25. Some types of lamps (such as the candiles de piquera) are amongst the most commonly unearthed items at archeological excavations. They are not from Jewish, but from Islamic strata and usually dated to the X-XIII c. The difficulty has been to integrate the finds of medieval archeology into a coherent and informed history of Jewish illuminations. An additional problem raised by art historians, is whether the objects are genuine. Amongst numerous examples, one may mention Narkiss’ comment on the medieval Girona lamp: “…was it made by an unskilled modern artisan under the guidance of a knowledgeable historian of Jewish art…who are we to believe…?” (Bezalel Narkiss, 1988). Leaving aside claims about hanukka lamps in Catalano-Aragonese or other excavations or Jewish glass, some lessons can be learnt nevertheless. Christians from the north bought lamps at border areas, e.g. Murcia, noted for their brisk trade. The outlines of the phenomenon were clear as early as Rodrigo Amador de los Ríos (1899:1). See now J. Zozaya (1990). The various appropriations of synagogal and private objects during the expulsions and earlier attacks on the juderías [which contemporary sources refer to as “robos”] make it difficult to believe that Jewish lamps can be used to locate Jewish settlements on the assumption that they did not move from their original owners’ houses in five hundred years or more. An unusually clear and documented case of such appropriations comes from Bejar where ca. twenty lamps were taken from the synagogue during the expulsion (M. De Hervás, 2003:363-4). On the lamps found by archaeologists in the synagogue of Lorca, Murcia, see J. García Sandoval (2009).

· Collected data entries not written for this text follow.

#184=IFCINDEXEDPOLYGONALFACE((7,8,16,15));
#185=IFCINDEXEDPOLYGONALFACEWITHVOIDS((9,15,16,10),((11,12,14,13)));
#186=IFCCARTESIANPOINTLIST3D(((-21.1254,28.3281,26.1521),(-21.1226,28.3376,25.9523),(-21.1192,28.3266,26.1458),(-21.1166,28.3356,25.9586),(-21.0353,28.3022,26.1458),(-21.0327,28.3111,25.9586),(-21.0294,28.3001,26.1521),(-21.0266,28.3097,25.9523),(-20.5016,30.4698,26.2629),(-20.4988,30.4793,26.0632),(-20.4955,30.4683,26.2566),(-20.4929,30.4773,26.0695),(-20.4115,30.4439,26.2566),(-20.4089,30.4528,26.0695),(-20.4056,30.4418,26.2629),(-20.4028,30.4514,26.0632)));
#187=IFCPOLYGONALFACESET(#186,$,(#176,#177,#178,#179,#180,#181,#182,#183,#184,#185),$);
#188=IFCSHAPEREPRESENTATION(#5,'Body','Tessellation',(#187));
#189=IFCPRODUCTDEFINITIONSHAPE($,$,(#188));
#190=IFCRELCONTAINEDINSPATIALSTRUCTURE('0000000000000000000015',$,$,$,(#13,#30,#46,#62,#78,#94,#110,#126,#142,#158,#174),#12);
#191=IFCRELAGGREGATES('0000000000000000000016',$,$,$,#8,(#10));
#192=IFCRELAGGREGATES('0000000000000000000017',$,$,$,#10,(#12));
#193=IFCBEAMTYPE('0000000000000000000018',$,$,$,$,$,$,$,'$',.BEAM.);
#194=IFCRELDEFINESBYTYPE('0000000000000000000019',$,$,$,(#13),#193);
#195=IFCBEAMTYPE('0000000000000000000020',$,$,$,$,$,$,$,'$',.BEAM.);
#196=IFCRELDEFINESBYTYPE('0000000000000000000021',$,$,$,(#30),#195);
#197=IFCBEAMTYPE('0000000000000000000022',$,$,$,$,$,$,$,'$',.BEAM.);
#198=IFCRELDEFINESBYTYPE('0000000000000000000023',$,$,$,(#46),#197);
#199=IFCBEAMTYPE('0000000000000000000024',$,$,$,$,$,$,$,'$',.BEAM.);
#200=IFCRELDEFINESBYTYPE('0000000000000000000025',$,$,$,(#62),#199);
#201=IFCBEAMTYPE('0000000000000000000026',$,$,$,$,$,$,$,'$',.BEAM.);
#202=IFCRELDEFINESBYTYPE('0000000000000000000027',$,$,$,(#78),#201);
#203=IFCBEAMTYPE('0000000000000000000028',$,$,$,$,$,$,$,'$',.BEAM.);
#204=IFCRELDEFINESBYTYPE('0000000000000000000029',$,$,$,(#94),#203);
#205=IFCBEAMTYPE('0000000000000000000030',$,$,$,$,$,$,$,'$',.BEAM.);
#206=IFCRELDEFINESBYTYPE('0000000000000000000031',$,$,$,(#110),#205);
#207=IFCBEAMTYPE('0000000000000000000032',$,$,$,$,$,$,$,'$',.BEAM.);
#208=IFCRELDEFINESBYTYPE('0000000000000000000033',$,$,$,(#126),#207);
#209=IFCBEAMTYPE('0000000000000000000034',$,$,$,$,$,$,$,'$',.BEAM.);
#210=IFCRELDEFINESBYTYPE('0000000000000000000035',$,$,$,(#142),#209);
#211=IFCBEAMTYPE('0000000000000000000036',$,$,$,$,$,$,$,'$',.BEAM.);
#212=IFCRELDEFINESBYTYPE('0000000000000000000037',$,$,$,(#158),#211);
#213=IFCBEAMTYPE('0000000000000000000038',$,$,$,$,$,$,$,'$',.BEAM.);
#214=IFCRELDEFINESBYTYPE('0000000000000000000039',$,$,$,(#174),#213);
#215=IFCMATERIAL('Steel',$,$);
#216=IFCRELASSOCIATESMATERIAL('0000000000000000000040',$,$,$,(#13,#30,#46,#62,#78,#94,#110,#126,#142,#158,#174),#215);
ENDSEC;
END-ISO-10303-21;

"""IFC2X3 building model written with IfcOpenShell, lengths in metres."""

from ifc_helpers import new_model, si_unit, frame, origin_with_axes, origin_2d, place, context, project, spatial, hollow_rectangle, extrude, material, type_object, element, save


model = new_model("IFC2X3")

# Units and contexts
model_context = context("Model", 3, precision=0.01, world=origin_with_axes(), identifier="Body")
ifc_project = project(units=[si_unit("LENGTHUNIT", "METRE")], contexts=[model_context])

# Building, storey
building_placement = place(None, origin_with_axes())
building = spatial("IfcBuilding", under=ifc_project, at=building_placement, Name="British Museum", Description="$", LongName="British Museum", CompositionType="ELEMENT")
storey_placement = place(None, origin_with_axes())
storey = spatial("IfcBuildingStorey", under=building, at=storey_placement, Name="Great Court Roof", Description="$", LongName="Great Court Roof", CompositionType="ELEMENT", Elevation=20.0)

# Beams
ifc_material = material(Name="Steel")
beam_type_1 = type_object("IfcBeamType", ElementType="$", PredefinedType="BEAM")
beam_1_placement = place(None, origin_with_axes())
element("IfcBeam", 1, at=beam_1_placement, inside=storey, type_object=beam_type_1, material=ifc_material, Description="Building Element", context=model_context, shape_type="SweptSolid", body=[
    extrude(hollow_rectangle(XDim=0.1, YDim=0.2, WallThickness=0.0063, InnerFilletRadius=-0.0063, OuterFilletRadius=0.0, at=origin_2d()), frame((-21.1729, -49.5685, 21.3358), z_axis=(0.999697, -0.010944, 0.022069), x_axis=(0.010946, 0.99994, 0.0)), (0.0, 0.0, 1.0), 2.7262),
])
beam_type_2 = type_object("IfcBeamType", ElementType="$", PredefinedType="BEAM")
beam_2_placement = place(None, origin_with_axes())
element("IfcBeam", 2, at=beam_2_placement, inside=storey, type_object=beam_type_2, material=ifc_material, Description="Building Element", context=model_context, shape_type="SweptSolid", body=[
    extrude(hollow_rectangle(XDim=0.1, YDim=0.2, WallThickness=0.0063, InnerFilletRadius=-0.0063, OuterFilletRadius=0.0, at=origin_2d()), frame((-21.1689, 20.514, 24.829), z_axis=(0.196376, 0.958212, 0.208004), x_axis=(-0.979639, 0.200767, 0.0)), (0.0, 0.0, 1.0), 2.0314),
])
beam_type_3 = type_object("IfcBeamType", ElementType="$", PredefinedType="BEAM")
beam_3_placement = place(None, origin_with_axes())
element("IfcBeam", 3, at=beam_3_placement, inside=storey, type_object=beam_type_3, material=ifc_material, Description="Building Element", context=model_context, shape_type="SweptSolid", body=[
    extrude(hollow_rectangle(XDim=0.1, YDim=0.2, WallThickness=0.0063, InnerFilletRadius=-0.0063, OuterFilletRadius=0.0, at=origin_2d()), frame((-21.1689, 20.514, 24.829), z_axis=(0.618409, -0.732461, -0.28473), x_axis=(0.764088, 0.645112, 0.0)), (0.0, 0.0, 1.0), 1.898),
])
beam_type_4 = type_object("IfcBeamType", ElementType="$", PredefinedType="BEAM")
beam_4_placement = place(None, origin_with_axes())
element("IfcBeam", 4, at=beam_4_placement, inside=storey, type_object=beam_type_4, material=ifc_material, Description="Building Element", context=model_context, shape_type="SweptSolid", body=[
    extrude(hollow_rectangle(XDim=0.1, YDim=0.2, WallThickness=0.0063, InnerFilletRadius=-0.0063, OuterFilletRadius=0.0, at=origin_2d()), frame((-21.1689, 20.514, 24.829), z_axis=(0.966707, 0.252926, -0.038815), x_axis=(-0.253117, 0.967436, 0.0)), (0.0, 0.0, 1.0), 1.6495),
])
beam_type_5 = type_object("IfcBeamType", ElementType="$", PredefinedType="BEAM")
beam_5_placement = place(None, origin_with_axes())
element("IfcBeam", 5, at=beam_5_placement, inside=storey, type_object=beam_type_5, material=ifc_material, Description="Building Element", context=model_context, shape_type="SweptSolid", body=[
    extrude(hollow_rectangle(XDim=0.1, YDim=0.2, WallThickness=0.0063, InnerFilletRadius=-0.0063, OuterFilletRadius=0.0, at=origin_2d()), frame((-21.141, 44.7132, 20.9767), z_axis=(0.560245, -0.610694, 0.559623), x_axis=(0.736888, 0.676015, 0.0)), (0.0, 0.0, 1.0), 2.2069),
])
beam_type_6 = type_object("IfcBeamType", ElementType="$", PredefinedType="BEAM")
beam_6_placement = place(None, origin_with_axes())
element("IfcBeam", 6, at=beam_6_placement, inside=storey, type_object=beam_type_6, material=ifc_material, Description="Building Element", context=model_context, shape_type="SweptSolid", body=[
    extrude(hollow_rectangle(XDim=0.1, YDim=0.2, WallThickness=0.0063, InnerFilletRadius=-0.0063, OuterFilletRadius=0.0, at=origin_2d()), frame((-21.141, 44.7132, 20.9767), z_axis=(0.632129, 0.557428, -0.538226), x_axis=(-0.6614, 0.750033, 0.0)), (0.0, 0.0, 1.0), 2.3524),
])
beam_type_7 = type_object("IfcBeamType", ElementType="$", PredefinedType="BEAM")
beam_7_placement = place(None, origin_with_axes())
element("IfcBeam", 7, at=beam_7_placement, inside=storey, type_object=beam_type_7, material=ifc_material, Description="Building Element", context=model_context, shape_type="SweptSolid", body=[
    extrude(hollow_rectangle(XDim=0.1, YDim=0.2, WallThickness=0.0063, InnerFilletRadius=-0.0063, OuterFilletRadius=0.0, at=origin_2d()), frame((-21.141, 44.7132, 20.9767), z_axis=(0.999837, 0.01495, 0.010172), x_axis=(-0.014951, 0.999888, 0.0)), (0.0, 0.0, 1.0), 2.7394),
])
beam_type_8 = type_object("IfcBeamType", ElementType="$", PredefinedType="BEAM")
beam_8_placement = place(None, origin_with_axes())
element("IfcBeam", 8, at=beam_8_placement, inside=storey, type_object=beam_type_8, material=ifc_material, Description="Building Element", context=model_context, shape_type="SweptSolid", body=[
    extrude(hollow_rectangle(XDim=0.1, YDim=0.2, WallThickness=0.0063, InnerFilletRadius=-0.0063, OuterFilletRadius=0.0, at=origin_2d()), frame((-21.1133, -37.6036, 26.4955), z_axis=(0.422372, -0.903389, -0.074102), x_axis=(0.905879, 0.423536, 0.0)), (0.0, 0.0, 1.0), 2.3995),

26. Peah 7,1 shows this awareness when reminiscing about the distant past when Sabbath lights were kindled only on olive oil. After the persecutions of Hadrian who destroyed the land, olive trees became scarce and they had to consider kindling lights with neft and atran. Maimonides laid particular emphasis on the obligatory quality of the commandment by referring precisely to this monetary aspect and codifying the obligation to buy the lights even if the resources are so scarce that there is no money to buy food. See Levin (1938:57).

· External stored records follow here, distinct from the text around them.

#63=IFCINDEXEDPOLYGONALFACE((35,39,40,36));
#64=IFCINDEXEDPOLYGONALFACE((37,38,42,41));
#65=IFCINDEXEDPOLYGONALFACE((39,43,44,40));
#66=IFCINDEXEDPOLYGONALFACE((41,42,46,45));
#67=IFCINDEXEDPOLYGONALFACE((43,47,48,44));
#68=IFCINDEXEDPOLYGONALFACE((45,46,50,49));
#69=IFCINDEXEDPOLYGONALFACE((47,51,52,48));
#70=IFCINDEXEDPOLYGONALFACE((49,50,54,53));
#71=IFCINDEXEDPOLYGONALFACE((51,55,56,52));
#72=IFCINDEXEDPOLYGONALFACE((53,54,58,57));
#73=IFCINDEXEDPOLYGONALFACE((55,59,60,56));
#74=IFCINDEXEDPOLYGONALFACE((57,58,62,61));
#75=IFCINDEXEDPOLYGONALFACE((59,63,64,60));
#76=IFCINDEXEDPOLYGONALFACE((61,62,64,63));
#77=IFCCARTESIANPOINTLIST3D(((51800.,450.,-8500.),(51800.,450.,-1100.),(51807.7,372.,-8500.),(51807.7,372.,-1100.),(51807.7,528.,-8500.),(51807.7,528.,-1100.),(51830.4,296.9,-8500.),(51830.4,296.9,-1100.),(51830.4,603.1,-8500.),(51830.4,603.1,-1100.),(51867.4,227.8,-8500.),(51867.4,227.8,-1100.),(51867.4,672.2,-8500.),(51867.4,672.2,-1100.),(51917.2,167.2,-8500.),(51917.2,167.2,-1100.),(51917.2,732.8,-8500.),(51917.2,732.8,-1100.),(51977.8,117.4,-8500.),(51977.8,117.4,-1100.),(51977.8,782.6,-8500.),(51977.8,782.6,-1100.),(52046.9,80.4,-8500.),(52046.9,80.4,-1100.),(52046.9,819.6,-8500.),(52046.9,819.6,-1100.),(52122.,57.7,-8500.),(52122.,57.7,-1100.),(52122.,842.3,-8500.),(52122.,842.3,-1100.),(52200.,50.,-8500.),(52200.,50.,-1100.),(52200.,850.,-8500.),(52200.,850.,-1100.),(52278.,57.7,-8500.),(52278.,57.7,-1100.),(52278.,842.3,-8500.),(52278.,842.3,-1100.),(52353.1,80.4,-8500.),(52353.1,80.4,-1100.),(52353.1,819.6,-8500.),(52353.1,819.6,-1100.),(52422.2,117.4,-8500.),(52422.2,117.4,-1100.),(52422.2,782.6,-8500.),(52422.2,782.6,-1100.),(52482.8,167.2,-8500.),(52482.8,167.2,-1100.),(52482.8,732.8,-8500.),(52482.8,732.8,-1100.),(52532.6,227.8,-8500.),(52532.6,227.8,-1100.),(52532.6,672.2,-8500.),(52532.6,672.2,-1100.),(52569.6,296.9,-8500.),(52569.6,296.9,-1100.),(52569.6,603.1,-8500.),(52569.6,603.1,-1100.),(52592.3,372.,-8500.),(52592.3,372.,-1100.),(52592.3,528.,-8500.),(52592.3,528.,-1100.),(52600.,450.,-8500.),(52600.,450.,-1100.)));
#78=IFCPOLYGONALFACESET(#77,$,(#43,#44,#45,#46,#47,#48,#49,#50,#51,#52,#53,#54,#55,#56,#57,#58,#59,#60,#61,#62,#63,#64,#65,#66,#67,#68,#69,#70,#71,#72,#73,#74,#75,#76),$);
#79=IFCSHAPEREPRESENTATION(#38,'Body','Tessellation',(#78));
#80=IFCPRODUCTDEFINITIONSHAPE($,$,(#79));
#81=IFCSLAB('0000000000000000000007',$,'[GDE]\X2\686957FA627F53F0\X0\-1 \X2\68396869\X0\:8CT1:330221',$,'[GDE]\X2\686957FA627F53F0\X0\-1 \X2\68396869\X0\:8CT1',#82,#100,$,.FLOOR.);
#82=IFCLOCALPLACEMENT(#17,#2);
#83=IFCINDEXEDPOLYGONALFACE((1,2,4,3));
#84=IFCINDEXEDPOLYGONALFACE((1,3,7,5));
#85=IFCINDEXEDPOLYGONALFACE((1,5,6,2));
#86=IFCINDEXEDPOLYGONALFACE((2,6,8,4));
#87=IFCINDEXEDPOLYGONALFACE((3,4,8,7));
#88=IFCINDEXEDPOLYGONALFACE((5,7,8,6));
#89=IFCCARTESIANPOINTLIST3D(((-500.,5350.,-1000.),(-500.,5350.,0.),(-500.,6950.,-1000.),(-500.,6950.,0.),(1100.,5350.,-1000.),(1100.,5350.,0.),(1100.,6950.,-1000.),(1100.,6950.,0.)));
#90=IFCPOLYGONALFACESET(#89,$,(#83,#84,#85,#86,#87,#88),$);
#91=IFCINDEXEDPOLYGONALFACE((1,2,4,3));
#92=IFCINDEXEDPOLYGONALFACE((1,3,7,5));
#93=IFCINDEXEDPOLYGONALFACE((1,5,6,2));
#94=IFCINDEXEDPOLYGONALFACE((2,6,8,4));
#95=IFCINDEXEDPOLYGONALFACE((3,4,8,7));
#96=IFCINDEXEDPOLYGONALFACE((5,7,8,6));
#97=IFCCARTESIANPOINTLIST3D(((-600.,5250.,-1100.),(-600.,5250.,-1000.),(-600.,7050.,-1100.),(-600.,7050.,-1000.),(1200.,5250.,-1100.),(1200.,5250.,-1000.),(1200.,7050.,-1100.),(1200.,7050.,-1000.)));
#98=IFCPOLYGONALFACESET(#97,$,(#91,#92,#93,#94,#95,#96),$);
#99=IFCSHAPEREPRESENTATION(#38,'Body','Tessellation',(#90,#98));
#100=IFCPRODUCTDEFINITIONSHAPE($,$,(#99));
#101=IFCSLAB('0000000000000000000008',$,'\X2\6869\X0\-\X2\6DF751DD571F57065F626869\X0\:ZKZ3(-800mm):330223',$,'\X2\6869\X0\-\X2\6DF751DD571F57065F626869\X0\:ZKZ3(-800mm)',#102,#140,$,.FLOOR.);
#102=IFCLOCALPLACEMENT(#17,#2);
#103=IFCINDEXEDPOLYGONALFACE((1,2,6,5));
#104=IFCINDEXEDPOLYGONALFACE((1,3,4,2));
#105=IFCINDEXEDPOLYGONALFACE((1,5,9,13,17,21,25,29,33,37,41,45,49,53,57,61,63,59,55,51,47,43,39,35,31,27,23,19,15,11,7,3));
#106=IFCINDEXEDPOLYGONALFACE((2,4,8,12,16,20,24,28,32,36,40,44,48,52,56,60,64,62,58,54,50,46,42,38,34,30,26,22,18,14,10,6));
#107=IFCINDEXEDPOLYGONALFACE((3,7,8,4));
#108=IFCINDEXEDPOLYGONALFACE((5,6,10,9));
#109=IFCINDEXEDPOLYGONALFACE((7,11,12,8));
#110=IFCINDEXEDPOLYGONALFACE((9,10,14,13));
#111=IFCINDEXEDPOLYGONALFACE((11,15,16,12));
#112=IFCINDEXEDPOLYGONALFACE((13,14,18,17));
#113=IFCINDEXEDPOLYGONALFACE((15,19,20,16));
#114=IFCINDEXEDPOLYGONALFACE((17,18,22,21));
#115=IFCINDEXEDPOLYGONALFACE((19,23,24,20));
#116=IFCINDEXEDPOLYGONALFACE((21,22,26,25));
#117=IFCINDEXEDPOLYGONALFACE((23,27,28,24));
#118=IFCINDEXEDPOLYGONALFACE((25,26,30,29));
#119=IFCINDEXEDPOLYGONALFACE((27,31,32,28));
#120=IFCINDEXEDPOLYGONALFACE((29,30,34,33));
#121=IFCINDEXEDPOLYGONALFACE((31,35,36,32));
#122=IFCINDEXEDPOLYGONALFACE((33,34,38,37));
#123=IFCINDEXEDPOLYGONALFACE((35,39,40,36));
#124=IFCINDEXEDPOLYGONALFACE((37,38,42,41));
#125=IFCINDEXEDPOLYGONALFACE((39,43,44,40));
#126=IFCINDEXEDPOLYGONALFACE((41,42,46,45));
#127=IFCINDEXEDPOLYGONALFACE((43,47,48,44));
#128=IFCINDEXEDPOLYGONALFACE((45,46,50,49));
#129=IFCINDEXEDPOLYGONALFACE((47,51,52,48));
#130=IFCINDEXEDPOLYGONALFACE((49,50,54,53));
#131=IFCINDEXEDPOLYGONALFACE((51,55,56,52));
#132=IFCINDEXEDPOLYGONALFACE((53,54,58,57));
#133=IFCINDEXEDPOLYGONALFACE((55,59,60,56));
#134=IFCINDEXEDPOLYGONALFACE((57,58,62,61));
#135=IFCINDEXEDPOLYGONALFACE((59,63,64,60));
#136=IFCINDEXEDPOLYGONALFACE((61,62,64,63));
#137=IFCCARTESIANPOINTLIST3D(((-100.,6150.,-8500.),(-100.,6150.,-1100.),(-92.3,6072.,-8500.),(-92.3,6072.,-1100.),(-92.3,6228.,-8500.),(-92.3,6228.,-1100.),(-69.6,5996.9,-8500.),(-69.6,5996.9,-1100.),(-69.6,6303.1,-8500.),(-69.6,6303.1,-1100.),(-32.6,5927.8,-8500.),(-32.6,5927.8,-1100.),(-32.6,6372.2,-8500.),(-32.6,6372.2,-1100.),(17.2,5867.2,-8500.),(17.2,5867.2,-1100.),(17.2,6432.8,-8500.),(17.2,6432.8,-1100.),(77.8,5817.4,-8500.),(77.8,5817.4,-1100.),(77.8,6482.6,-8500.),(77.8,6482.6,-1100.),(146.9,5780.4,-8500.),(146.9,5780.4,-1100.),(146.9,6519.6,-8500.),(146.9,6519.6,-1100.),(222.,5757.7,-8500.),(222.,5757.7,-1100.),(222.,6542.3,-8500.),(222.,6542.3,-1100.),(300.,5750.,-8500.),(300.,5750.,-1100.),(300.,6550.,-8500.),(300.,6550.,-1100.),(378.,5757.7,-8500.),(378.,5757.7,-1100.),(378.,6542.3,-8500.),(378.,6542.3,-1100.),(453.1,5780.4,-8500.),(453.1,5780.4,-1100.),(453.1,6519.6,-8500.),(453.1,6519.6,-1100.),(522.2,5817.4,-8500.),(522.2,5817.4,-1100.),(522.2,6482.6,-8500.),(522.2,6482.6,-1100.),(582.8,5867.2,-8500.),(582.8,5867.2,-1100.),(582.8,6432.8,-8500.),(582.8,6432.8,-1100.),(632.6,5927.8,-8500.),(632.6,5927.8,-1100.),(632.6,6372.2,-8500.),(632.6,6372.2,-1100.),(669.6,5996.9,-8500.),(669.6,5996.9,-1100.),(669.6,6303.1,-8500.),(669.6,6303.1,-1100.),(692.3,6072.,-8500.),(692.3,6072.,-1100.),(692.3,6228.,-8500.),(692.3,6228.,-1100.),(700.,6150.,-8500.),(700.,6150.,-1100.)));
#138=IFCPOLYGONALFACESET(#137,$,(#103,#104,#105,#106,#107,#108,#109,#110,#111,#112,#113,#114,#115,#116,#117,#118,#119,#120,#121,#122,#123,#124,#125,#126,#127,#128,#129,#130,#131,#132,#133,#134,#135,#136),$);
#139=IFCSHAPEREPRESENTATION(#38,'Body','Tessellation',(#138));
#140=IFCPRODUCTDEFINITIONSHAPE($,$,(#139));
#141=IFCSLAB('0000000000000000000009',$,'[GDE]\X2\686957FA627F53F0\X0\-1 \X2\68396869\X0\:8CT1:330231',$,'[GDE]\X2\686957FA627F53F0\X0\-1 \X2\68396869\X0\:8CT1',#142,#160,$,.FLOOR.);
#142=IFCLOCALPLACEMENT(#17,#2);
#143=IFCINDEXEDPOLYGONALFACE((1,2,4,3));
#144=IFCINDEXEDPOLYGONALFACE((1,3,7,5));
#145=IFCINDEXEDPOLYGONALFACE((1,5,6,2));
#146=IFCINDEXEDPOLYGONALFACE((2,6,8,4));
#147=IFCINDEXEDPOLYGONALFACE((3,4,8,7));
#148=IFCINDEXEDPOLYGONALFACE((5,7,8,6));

27. Such lamps were in white and porous or red / orange [less porous] clay. Numerous remains of Islamic portable lamps have been found in excavations [see supra].

28. «Memorial de las cosas que …los oficiales de Sevilla han de comprar y proveer para el Obispo fray Juan Quevedo… un quintal de cera para los altares 400; tres quintales de azeyte para las lamparas 1900; …doze candeleros de azofar para el altar a seis reales cada uno 2448; tres lanparas a tres ducados cada una 3375, tres ciriales de madera, 2250…» (Manuel Serrano y Sanz, 1918:533ff.). The prices are in maravedies.